======== ENTRIES SUPPLIED ========
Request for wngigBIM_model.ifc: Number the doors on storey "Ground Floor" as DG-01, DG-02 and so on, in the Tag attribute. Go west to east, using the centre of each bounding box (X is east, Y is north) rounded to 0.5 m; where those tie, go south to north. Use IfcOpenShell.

First a look at what the model holds.

```python
import ifcopenshell
import ifcopenshell.util.element
import ifcopenshell.util.placement

model = ifcopenshell.open("wngigBIM_model.ifc")
print(model.schema)
storey = next(s for s in model.by_type("IfcBuildingStorey") if s.Name == "Ground Floor")
doors = [e for e in ifcopenshell.util.element.get_decomposition(storey) if e.is_a("IfcDoor")]
for e in sorted(doors, key=lambda e: e.id()):
    origin = ifcopenshell.util.placement.get_local_placement(e.ObjectPlacement)[:3, 3]
    print(e.id(), e.Tag, e.Name, origin.round(2) + 0.0, sep=" | ")
```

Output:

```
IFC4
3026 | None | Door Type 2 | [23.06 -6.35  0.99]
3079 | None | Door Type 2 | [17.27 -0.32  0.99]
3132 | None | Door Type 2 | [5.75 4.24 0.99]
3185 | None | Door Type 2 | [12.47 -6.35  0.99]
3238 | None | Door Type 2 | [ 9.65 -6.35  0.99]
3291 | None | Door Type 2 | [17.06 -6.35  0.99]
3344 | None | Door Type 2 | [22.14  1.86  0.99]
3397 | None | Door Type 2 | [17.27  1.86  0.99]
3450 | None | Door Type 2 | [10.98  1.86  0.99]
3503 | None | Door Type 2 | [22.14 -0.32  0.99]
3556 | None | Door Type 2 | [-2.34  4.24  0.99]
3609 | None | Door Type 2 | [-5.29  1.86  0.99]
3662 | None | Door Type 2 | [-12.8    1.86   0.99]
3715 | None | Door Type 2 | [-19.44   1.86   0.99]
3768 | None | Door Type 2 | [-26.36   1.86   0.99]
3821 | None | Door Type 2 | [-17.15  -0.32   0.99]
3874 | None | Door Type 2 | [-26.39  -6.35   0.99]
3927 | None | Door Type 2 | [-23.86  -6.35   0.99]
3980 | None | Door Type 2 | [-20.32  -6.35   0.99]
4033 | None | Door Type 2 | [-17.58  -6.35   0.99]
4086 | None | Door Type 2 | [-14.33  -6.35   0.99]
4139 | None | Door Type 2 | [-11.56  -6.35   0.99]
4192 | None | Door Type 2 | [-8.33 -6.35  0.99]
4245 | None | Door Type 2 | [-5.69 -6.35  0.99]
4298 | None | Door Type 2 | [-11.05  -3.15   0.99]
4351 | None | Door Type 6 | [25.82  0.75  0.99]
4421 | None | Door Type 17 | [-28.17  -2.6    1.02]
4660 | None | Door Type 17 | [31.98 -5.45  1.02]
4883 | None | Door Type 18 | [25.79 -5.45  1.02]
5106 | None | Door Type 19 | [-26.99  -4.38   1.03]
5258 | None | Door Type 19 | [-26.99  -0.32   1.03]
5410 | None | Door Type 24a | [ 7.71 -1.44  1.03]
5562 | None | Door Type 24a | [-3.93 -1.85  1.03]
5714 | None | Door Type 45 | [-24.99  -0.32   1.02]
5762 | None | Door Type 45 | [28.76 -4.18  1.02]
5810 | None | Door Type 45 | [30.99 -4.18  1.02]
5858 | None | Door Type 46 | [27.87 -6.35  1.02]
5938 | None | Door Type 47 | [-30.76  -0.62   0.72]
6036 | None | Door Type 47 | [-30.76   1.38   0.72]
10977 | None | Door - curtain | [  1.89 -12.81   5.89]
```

```python
import ifcopenshell
import ifcopenshell.geom
import ifcopenshell.util.element
import ifcopenshell.util.shape

model = ifcopenshell.open("wngigBIM_model.ifc")
settings = ifcopenshell.geom.settings()
settings.set("use-world-coords", True)


def centre(element):
    shape = ifcopenshell.geom.create_shape(settings, element)
    return ifcopenshell.util.shape.get_bbox_centroid(shape.geometry)


storey = next(s for s in model.by_type("IfcBuildingStorey") if s.Name == "Ground Floor")
doors = [e for e in ifcopenshell.util.element.get_decomposition(storey) if e.is_a("IfcDoor")]

# Insertion points can sit at a corner or the storey origin, so sort by the geometry (in metres).
centres = {e: centre(e) for e in doors}
doors.sort(key=lambda e: (round(centres[e][0] / 0.5), centres[e][1]))

for i, e in enumerate(doors, start=1):
    number = f"DG-{i:02d}"
    e.Tag = number
    print(e.id(), number)

model.write("wngigBIM_model-out.ifc")
```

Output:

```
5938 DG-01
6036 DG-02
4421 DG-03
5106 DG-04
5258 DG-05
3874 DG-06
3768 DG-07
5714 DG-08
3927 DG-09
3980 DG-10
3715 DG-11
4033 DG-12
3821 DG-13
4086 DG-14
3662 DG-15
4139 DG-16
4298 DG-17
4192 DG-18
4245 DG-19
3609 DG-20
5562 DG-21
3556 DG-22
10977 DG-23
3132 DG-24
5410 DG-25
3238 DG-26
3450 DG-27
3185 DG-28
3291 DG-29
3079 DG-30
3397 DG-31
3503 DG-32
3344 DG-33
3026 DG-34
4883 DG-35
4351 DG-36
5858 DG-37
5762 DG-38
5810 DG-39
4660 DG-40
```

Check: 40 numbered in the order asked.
========
◆ **TASK DIRECTIONS**
What's needed is a word-for-word restatement of all the entries.

◆ **SOLUTION TO THIS TASK**
Request for wngigBIM_model.ifc: Number the doors on storey "Ground Floor" as DG-01, DG-02 and so on, in the Tag attribute. Go west to east, using the centre of each bounding box (X is east, Y is north) rounded to 0.5 m; where those tie, go south to north. Use IfcOpenShell.

First a look at what the model holds.

```python
import ifcopenshell
import ifcopenshell.util.element
import ifcopenshell.util.placement

model = ifcopenshell.open("wngigBIM_model.ifc")
print(model.schema)
storey = next(s for s in model.by_type("IfcBuildingStorey") if s.Name == "Ground Floor")
doors = [e for e in ifcopenshell.util.element.get_decomposition(storey) if e.is_a("IfcDoor")]
for e in sorted(doors, key=lambda e: e.id()):
    origin = ifcopenshell.util.placement.get_local_placement(e.ObjectPlacement)[:3, 3]
    print(e.id(), e.Tag, e.Name, origin.round(2) + 0.0, sep=" | ")
```

Output:

```
IFC4
3026 | None | Door Type 2 | [23.06 -6.35  0.99]
3079 | None | Door Type 2 | [17.27 -0.32  0.99]
3132 | None | Door Type 2 | [5.75 4.24 0.99]
3185 | None | Door Type 2 | [12.47 -6.35  0.99]
3238 | None | Door Type 2 | [ 9.65 -6.35  0.99]
3291 | None | Door Type 2 | [17.06 -6.35  0.99]
3344 | None | Door Type 2 | [22.14  1.86  0.99]
3397 | None | Door Type 2 | [17.27  1.86  0.99]
3450 | None | Door Type 2 | [10.98  1.86  0.99]
3503 | None | Door Type 2 | [22.14 -0.32  0.99]
3556 | None | Door Type 2 | [-2.34  4.24  0.99]
3609 | None | Door Type 2 | [-5.29  1.86  0.99]
3662 | None | Door Type 2 | [-12.8    1.86   0.99]
3715 | None | Door Type 2 | [-19.44   1.86   0.99]
3768 | None | Door Type 2 | [-26.36   1.86   0.99]
3821 | None | Door Type 2 | [-17.15  -0.32   0.99]
3874 | None | Door Type 2 | [-26.39  -6.35   0.99]
3927 | None | Door Type 2 | [-23.86  -6.35   0.99]
3980 | None | Door Type 2 | [-20.32  -6.35   0.99]
4033 | None | Door Type 2 | [-17.58  -6.35   0.99]
4086 | None | Door Type 2 | [-14.33  -6.35   0.99]
4139 | None | Door Type 2 | [-11.56  -6.35   0.99]
4192 | None | Door Type 2 | [-8.33 -6.35  0.99]
4245 | None | Door Type 2 | [-5.69 -6.35  0.99]
4298 | None | Door Type 2 | [-11.05  -3.15   0.99]
4351 | None | Door Type 6 | [25.82  0.75  0.99]
4421 | None | Door Type 17 | [-28.17  -2.6    1.02]
4660 | None | Door Type 17 | [31.98 -5.45  1.02]
4883 | None | Door Type 18 | [25.79 -5.45  1.02]
5106 | None | Door Type 19 | [-26.99  -4.38   1.03]
5258 | None | Door Type 19 | [-26.99  -0.32   1.03]
5410 | None | Door Type 24a | [ 7.71 -1.44  1.03]
5562 | None | Door Type 24a | [-3.93 -1.85  1.03]
5714 | None | Door Type 45 | [-24.99  -0.32   1.02]
5762 | None | Door Type 45 | [28.76 -4.18  1.02]
5810 | None | Door Type 45 | [30.99 -4.18  1.02]
5858 | None | Door Type 46 | [27.87 -6.35  1.02]
5938 | None | Door Type 47 | [-30.76  -0.62   0.72]
6036 | None | Door Type 47 | [-30.76   1.38   0.72]
10977 | None | Door - curtain | [  1.89 -12.81   5.89]
```

```python
import ifcopenshell
import ifcopenshell.geom
import ifcopenshell.util.element
import ifcopenshell.util.shape

model = ifcopenshell.open("wngigBIM_model.ifc")
settings = ifcopenshell.geom.settings()
settings.set("use-world-coords", True)


def centre(element):
    shape = ifcopenshell.geom.create_shape(settings, element)
    return ifcopenshell.util.shape.get_bbox_centroid(shape.geometry)


storey = next(s for s in model.by_type("IfcBuildingStorey") if s.Name == "Ground Floor")
doors = [e for e in ifcopenshell.util.element.get_decomposition(storey) if e.is_a("IfcDoor")]

# Insertion points can sit at a corner or the storey origin, so sort by the geometry (in metres).
centres = {e: centre(e) for e in doors}
doors.sort(key=lambda e: (round(centres[e][0] / 0.5), centres[e][1]))

for i, e in enumerate(doors, start=1):
    number = f"DG-{i:02d}"
    e.Tag = number
    print(e.id(), number)

model.write("wngigBIM_model-out.ifc")
```

Output:

```
5938 DG-01
6036 DG-02
4421 DG-03
5106 DG-04
5258 DG-05
3874 DG-06
3768 DG-07
5714 DG-08
3927 DG-09
3980 DG-10
3715 DG-11
4033 DG-12
3821 DG-13
4086 DG-14
3662 DG-15
4139 DG-16
4298 DG-17
4192 DG-18
4245 DG-19
3609 DG-20
5562 DG-21
3556 DG-22
10977 DG-23
3132 DG-24
5410 DG-25
3238 DG-26
3450 DG-27
3185 DG-28
3291 DG-29
3079 DG-30
3397 DG-31
3503 DG-32
3344 DG-33
3026 DG-34
4883 DG-35
4351 DG-36
5858 DG-37
5762 DG-38
5810 DG-39
4660 DG-40
```

Check: 40 numbered in the order asked.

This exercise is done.